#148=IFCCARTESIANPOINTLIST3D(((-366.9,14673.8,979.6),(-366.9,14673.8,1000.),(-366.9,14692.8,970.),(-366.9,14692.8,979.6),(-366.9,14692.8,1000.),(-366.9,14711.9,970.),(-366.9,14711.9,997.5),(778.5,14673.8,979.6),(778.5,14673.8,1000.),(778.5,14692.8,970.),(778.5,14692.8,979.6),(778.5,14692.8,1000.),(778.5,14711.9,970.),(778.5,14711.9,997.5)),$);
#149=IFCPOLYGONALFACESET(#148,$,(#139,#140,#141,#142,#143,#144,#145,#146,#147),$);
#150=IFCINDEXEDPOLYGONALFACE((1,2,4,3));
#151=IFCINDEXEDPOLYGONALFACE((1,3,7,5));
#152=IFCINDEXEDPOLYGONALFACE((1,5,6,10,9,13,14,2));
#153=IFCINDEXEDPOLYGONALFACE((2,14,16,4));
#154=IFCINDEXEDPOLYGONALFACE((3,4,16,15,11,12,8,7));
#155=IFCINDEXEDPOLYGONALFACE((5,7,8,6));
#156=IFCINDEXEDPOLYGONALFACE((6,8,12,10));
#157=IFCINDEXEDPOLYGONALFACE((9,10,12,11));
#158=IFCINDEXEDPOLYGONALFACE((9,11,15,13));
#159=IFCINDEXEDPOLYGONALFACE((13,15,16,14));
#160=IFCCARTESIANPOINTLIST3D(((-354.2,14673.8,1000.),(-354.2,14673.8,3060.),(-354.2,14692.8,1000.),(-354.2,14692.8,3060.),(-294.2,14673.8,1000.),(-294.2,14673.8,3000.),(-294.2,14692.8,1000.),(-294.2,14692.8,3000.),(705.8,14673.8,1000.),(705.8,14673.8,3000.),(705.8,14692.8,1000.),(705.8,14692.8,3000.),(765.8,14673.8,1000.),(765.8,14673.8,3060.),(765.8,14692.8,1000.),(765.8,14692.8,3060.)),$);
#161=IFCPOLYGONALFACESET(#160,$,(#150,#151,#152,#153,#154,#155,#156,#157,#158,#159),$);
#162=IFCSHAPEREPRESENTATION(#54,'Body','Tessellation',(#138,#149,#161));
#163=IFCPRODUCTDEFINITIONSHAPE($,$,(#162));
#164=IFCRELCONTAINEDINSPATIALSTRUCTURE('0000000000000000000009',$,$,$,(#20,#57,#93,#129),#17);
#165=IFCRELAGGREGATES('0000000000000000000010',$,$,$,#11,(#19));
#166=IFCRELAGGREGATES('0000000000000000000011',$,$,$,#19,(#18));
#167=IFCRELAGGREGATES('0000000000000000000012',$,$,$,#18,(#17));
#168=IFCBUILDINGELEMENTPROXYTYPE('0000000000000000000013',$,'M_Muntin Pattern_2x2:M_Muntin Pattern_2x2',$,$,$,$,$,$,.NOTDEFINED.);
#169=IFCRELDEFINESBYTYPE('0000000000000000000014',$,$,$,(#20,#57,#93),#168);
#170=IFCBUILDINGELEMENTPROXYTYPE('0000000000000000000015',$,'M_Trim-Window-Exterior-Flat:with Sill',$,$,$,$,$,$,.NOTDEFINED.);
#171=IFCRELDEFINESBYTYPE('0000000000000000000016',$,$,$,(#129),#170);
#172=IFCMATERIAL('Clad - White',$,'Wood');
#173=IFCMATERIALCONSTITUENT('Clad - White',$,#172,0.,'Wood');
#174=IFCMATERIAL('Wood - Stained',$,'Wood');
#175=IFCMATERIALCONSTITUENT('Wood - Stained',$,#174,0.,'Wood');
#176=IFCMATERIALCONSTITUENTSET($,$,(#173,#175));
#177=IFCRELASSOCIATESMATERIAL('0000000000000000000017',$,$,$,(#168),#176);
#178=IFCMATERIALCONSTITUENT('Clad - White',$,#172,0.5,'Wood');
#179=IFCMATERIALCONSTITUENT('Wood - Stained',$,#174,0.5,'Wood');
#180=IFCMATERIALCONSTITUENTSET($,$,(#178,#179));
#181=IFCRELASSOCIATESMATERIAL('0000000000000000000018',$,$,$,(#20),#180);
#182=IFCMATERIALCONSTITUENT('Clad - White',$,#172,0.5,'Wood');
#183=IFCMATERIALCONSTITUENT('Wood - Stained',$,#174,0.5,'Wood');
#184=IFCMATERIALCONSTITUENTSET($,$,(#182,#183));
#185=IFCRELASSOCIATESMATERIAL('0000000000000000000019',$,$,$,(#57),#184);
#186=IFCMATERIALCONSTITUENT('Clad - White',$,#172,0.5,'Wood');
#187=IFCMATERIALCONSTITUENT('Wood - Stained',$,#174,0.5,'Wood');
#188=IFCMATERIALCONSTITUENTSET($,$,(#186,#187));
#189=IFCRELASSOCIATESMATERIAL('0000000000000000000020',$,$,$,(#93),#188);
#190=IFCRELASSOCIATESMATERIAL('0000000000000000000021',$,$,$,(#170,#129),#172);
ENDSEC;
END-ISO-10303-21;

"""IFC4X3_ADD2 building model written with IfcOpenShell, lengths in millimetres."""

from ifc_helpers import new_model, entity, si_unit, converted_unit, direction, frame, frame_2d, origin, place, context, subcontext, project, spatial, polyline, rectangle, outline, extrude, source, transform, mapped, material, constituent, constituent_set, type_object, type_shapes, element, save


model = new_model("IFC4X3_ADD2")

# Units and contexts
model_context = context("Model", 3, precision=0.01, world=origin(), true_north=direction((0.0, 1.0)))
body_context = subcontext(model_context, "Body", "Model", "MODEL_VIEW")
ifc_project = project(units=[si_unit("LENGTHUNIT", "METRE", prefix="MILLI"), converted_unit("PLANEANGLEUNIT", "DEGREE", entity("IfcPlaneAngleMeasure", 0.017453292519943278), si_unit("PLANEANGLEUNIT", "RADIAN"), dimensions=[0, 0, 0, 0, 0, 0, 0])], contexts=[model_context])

* **YOUR TASK**:
Return the total of lines in these records that hold "IFCRELASSOCIATESMATERIAL", without any other words.

* **ANSWER BOX**:
5